Input material:
—————

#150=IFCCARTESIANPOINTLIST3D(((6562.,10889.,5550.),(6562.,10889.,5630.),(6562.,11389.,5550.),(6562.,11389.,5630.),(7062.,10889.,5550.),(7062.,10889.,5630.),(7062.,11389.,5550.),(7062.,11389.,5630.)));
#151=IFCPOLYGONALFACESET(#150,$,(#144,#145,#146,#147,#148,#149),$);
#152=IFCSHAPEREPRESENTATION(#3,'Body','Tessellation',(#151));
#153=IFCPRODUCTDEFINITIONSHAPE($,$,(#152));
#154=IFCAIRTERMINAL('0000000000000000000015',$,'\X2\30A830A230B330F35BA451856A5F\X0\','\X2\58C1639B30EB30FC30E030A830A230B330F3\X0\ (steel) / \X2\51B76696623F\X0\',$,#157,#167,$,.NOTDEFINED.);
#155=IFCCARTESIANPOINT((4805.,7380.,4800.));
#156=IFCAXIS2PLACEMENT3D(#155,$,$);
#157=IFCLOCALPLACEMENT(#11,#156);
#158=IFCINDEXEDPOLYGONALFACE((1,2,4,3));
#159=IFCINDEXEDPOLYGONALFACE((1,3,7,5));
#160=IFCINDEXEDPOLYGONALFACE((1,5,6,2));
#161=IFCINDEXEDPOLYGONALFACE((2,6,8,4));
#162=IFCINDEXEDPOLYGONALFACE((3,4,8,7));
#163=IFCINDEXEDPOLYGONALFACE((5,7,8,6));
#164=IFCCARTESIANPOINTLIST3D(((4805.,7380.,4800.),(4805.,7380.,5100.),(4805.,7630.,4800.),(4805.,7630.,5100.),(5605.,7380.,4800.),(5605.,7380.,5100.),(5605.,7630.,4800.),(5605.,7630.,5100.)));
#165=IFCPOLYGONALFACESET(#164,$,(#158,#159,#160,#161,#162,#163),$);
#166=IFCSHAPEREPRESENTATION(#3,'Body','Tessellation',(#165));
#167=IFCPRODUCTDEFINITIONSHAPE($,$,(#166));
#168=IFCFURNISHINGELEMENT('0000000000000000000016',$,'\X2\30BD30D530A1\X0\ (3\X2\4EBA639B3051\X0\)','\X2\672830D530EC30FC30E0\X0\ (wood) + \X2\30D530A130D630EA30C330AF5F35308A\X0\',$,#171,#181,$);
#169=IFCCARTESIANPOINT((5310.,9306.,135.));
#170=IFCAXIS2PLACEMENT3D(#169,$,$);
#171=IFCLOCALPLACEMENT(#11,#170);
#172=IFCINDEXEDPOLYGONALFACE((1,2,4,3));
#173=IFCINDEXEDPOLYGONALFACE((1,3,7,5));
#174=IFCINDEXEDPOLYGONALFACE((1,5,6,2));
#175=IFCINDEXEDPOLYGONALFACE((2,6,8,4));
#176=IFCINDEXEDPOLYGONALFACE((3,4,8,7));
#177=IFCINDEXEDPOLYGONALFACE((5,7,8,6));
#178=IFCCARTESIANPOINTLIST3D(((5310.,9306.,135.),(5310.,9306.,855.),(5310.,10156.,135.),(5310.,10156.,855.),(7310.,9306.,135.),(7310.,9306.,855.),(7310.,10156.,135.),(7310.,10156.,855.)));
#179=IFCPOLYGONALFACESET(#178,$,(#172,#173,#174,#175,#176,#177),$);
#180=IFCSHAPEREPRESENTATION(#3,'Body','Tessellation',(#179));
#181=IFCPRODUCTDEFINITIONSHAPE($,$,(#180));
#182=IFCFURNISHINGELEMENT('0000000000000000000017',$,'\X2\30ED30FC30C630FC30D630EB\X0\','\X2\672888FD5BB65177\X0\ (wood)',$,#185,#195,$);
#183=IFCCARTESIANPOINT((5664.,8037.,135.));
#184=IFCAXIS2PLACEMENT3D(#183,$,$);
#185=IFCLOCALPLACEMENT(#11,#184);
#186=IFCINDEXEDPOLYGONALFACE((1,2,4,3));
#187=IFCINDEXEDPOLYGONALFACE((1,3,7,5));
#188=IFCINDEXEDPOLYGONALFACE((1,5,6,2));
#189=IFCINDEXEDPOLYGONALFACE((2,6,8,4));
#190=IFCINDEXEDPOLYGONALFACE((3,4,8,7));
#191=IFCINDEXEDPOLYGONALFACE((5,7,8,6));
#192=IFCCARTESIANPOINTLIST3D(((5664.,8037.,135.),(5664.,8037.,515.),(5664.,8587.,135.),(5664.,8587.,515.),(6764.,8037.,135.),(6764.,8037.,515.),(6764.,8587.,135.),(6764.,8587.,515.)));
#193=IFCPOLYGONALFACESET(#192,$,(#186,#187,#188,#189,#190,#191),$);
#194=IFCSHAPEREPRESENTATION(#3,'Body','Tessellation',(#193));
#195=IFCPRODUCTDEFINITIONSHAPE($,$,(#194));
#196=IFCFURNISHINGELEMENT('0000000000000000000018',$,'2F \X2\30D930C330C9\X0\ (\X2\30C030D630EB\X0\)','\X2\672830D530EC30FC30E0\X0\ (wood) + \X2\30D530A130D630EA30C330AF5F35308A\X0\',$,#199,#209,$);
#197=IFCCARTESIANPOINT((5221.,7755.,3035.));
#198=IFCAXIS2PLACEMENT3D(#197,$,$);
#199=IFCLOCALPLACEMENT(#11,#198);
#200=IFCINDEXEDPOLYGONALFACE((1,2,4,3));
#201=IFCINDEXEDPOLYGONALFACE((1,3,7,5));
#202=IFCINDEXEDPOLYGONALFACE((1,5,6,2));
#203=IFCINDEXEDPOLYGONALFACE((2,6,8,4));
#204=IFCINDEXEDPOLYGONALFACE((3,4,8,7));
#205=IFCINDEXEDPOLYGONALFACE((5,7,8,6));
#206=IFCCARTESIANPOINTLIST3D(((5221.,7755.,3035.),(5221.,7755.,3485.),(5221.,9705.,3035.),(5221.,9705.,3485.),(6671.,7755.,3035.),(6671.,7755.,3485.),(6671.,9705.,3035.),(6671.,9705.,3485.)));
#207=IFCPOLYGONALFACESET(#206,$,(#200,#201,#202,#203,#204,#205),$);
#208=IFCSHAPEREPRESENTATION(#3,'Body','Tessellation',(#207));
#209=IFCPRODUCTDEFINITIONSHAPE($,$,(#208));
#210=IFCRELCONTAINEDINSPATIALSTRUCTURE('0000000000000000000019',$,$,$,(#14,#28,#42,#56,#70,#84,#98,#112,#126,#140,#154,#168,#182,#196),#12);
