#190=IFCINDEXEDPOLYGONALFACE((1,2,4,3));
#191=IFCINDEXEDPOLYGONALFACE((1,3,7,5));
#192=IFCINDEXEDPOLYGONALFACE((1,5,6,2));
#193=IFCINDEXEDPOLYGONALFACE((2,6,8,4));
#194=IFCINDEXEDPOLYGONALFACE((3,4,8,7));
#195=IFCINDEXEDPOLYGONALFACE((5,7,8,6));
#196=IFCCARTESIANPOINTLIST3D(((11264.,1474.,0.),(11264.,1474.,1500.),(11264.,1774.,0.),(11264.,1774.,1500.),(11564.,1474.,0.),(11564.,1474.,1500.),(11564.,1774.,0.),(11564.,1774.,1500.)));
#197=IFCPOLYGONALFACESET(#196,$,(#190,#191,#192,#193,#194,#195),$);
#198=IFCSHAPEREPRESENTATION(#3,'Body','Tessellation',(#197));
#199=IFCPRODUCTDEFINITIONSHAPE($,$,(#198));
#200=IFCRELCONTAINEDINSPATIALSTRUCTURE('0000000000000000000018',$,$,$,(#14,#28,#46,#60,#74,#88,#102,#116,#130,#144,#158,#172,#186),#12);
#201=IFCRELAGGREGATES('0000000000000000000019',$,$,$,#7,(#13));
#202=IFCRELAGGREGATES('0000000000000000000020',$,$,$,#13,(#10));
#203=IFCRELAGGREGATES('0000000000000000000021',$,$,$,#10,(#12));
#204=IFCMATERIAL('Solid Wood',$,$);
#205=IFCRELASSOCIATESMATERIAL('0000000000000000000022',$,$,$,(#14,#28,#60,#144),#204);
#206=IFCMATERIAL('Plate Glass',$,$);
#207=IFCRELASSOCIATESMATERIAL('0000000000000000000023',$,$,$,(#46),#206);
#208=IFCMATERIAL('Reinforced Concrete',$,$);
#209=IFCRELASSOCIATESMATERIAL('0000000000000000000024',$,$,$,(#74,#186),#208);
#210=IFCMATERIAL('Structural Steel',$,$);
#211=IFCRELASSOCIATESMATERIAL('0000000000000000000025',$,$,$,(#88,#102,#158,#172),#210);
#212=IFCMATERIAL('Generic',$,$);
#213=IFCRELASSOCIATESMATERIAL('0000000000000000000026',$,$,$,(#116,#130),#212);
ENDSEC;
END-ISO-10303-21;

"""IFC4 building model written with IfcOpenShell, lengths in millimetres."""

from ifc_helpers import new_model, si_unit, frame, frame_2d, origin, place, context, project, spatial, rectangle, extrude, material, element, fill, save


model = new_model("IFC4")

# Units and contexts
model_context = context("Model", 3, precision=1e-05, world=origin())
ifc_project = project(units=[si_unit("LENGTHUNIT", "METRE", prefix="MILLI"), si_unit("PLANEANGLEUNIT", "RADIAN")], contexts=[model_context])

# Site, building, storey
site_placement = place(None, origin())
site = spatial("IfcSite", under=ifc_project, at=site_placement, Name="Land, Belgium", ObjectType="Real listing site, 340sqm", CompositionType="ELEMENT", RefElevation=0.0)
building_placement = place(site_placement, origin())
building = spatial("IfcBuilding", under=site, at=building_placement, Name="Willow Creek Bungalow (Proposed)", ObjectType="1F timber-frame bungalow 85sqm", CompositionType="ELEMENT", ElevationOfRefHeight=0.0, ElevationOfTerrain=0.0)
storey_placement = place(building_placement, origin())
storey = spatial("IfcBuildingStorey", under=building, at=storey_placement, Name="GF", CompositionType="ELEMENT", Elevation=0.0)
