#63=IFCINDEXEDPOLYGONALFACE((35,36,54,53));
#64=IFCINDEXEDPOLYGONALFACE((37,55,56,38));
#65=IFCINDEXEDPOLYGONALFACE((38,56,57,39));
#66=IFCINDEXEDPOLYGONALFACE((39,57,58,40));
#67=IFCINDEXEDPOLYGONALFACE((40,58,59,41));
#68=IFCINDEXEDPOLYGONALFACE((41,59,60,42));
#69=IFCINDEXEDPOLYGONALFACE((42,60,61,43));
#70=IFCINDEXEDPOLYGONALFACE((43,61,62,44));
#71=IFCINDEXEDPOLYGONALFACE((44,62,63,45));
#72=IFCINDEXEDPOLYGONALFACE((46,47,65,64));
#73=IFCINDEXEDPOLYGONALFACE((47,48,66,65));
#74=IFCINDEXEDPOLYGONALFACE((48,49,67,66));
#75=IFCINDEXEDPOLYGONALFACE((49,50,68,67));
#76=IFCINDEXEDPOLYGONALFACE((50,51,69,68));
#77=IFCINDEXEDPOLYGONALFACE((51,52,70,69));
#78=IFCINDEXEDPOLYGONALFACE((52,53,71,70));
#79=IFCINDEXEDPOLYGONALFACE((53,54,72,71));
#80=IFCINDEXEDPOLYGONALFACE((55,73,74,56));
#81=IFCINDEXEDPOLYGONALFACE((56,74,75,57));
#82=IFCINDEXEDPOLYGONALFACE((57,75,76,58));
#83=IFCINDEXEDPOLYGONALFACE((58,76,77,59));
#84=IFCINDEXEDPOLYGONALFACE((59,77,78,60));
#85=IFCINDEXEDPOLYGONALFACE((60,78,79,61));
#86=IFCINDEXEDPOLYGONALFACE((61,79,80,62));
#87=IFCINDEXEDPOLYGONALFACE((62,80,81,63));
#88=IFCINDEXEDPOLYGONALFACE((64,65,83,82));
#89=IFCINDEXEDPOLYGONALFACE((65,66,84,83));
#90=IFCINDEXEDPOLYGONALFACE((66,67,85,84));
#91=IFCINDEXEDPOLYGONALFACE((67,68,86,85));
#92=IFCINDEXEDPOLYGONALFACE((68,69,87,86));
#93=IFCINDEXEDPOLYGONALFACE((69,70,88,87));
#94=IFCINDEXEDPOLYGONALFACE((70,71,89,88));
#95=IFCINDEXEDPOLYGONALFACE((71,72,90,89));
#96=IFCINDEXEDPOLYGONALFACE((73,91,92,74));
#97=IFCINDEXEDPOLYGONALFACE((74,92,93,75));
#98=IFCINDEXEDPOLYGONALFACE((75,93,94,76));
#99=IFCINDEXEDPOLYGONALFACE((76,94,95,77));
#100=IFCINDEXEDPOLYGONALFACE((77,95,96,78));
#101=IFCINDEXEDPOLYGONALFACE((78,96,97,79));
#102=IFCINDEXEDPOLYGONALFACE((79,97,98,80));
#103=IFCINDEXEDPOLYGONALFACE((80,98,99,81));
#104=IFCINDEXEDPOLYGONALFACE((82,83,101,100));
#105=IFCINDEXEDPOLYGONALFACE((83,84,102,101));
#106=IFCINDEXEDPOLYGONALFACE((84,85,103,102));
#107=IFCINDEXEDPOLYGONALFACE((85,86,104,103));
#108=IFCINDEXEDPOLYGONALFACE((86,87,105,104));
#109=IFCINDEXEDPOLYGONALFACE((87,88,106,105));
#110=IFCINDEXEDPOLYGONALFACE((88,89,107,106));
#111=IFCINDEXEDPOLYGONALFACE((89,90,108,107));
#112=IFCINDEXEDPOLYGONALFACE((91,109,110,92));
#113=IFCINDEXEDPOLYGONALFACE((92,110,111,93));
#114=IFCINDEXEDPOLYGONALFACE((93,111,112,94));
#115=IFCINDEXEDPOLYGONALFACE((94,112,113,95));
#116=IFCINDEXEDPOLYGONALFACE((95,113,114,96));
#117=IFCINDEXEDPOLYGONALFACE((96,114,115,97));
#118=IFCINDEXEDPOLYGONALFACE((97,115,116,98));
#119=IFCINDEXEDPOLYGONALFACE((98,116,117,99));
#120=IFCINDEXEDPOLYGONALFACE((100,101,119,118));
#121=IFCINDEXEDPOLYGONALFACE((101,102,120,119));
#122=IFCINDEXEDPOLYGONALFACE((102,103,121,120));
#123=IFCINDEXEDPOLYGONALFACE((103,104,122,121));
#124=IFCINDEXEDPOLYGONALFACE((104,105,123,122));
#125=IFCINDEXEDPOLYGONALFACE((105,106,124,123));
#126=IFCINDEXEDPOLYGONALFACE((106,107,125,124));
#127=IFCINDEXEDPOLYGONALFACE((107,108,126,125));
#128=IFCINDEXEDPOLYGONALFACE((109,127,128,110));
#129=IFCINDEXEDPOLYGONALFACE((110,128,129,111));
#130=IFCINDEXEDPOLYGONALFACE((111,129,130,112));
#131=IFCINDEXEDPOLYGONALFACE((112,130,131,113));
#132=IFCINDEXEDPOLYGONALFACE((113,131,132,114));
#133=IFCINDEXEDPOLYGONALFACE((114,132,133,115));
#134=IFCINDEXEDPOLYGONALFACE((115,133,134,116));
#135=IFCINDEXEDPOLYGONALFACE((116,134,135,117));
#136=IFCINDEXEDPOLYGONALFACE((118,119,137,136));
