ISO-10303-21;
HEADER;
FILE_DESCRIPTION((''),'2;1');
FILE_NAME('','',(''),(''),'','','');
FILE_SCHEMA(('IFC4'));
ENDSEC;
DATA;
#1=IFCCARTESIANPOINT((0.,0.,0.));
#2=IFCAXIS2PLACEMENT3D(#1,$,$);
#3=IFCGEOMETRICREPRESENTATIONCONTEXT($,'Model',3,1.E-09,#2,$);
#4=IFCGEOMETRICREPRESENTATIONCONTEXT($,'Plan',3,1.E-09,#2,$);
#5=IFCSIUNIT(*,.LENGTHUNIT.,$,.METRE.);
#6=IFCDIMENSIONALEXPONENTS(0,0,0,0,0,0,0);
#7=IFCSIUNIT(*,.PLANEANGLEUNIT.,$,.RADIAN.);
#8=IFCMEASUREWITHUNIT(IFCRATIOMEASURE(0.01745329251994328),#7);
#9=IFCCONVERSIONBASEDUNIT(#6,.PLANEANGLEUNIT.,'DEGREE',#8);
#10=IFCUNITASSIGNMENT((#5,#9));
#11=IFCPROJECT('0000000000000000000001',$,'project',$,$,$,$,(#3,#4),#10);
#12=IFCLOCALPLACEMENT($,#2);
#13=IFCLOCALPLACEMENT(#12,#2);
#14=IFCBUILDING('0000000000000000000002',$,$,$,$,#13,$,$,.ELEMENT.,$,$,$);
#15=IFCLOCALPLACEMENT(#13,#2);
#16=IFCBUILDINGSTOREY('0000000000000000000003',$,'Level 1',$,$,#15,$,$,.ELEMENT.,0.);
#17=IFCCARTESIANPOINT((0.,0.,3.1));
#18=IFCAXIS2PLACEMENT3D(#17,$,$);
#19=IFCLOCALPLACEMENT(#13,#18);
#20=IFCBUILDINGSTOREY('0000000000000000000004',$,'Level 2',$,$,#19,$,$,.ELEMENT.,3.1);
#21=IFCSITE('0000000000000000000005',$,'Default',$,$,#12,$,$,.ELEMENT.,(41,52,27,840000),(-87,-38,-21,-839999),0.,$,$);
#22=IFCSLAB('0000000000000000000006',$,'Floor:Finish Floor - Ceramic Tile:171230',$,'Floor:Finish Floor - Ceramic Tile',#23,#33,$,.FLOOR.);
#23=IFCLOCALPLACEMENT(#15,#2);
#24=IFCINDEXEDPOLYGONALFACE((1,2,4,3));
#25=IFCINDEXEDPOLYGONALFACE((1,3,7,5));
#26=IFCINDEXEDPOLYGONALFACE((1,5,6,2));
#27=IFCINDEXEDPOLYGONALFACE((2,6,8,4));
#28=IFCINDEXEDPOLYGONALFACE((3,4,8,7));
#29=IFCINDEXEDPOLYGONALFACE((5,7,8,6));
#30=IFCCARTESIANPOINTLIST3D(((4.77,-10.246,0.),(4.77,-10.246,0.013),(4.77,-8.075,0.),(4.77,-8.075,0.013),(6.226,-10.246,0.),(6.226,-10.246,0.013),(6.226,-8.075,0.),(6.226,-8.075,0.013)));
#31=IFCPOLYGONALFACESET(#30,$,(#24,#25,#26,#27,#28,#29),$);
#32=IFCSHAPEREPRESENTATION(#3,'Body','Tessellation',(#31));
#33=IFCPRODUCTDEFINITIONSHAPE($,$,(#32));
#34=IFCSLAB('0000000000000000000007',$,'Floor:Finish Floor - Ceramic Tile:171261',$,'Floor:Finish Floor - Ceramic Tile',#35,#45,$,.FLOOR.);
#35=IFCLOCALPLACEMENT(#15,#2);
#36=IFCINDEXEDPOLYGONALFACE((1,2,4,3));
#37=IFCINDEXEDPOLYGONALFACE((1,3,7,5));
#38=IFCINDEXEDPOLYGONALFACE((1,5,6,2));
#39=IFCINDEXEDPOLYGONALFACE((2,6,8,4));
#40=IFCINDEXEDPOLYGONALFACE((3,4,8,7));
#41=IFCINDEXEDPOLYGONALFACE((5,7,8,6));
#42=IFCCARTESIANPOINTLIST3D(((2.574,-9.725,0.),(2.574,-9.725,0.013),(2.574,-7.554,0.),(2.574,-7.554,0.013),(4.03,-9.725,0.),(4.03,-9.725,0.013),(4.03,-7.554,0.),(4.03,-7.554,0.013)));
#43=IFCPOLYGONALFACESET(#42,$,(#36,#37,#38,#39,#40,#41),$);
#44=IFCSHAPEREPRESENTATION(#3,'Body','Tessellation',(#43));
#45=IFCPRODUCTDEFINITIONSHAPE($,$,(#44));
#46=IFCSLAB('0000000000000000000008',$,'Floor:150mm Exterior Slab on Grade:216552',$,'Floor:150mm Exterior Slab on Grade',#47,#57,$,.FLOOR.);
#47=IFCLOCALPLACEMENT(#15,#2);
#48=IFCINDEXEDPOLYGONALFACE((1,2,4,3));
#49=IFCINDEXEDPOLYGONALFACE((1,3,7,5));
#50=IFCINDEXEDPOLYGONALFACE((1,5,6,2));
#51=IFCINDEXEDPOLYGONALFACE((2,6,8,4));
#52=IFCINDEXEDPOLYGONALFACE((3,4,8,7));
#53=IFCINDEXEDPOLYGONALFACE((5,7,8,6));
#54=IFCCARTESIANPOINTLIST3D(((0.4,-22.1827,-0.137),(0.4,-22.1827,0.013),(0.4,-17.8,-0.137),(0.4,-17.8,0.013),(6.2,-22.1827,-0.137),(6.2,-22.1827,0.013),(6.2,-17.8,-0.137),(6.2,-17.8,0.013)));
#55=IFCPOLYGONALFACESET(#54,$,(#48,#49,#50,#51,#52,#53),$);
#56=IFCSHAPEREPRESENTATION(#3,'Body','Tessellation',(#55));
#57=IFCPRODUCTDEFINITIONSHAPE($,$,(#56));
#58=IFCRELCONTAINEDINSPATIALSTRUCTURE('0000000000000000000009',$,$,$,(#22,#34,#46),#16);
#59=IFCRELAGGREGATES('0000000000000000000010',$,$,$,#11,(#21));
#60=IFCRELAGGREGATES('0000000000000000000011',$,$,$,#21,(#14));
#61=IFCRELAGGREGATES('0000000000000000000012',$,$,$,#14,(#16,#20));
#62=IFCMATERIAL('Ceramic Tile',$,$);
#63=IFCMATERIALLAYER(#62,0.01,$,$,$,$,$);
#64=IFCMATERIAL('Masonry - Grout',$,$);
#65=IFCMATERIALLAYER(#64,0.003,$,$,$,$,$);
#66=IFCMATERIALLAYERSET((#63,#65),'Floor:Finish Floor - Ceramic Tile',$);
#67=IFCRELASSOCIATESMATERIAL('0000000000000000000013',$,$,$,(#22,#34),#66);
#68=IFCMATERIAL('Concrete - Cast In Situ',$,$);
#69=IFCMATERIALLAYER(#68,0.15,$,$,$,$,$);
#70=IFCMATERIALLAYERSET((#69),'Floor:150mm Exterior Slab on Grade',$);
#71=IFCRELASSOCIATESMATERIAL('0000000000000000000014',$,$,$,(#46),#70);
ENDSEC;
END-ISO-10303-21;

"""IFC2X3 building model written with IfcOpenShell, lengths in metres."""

from ifc_helpers import new_model, entity, si_unit, converted_unit, frame, frame_2d, origin, origin_2d_with_axis, place, context, project, spatial, rectangle, extrude, material, layer, layer_set, layer_usage, element, save


model = new_model("IFC2X3")

# Units and contexts
model_context = context("Model", 3, precision=1e-09, world=origin())
plan_context = context("Plan", 3, precision=1e-09, world=origin())
ifc_project = project(units=[si_unit("LENGTHUNIT", "METRE"), converted_unit("PLANEANGLEUNIT", "DEGREE", entity("IfcRatioMeasure", 0.01745329251994328), si_unit("PLANEANGLEUNIT", "RADIAN"), dimensions=[0, 0, 0, 0, 0, 0, 0])], contexts=[model_context, plan_context])

# Site, building, storey
site_placement = place(None, origin())
site = spatial("IfcSite", under=ifc_project, at=site_placement, Name="Default", CompositionType="ELEMENT", RefLatitude=(41, 52, 27, 840000), RefLongitude=(-87, -38, -21, -839999), RefElevation=0.0)
building_placement = place(site_placement, origin())
building = spatial("IfcBuilding", under=site, at=building_placement, CompositionType="ELEMENT")
storey_1_placement = place(building_placement, origin())
storey_1 = spatial("IfcBuildingStorey", under=building, at=storey_1_placement, Name="Level 1", CompositionType="ELEMENT", Elevation=0.0)

# Slabs
ifc_material_1 = material(Name="Ceramic Tile")
ifc_layer_1 = layer(ifc_material_1, 0.01)
ifc_material_2 = material(Name="Masonry - Grout")
ifc_layer_2 = layer(ifc_material_2, 0.003)
ifc_layer_set_1 = layer_set([ifc_layer_1, ifc_layer_2], Name="Floor:Finish Floor - Ceramic Tile")
ifc_layer_usage_1 = layer_usage(ifc_layer_set_1, "AXIS3", "POSITIVE", 0.0)
slab_1_placement = place(storey_1_placement, frame((4.77, -10.246, 0.0)))
element("IfcSlab", 1, at=slab_1_placement, inside=storey_1, material=ifc_layer_usage_1, Name="Floor:Finish Floor - Ceramic Tile:171230", ObjectType="Floor:Finish Floor - Ceramic Tile", PredefinedType="FLOOR", context=model_context, shape_type="SweptSolid", body=[
    extrude(rectangle(XDim=1.456, YDim=2.171, at=frame_2d((0.0, 0.0), x_axis=(-1.0, 0.0))), frame((0.728, 1.0855, 0.013), z_axis=(0.0, 0.0, -1.0), x_axis=(-1.0, 0.0, 0.0)), (0.0, 0.0, 1.0), 0.013),
])
ifc_layer_usage_2 = layer_usage(ifc_layer_set_1, "AXIS3", "POSITIVE", 0.0)
slab_2_placement = place(storey_1_placement, frame((2.574, -9.725, 0.0)))
element("IfcSlab", 2, at=slab_2_placement, inside=storey_1, material=ifc_layer_usage_2, Name="Floor:Finish Floor - Ceramic Tile:171261", ObjectType="Floor:Finish Floor - Ceramic Tile", PredefinedType="FLOOR", context=model_context, shape_type="SweptSolid", body=[
    extrude(rectangle(XDim=2.171, YDim=1.456, at=frame_2d((0.0, 0.0), x_axis=(0.0, -1.0))), frame((0.728, 1.0855, 0.013), z_axis=(0.0, 0.0, -1.0), x_axis=(-1.0, 0.0, 0.0)), (0.0, 0.0, 1.0), 0.013),
])
ifc_material_3 = material(Name="Concrete - Cast In Situ")
ifc_layer_3 = layer(ifc_material_3, 0.15)
ifc_layer_set_2 = layer_set([ifc_layer_3], Name="Floor:150mm Exterior Slab on Grade")
ifc_layer_usage_3 = layer_usage(ifc_layer_set_2, "AXIS3", "POSITIVE", 0.0)
slab_3_placement = place(storey_1_placement, frame((0.4, -22.1827, -0.137)))
element("IfcSlab", 3, at=slab_3_placement, inside=storey_1, material=ifc_layer_usage_3, Name="Floor:150mm Exterior Slab on Grade:216552", ObjectType="Floor:150mm Exterior Slab on Grade", PredefinedType="FLOOR", context=model_context, shape_type="SweptSolid", body=[
    extrude(rectangle(XDim=5.8, YDim=4.3827, at=origin_2d_with_axis()), frame((2.9, 2.1914, 0.15), z_axis=(0.0, 0.0, -1.0), x_axis=(-1.0, 0.0, 0.0)), (0.0, 0.0, 1.0), 0.15),
])

# Shared definitions
storey_2_placement = place(building_placement, frame((0.0, 0.0, 3.1)))
storey_2 = spatial("IfcBuildingStorey", under=building, at=storey_2_placement, Name="Level 2", CompositionType="ELEMENT", Elevation=3.1)

save(model, "model.ifc")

—————

Your goal: Determine which lines above include the word "IFCGEOMETRICREPRESENTATIONCONTEXT", and report those lines in full.

Problem solution:
#3=IFCGEOMETRICREPRESENTATIONCONTEXT($,'Model',3,1.E-09,#2,$);
#4=IFCGEOMETRICREPRESENTATIONCONTEXT($,'Plan',3,1.E-09,#2,$);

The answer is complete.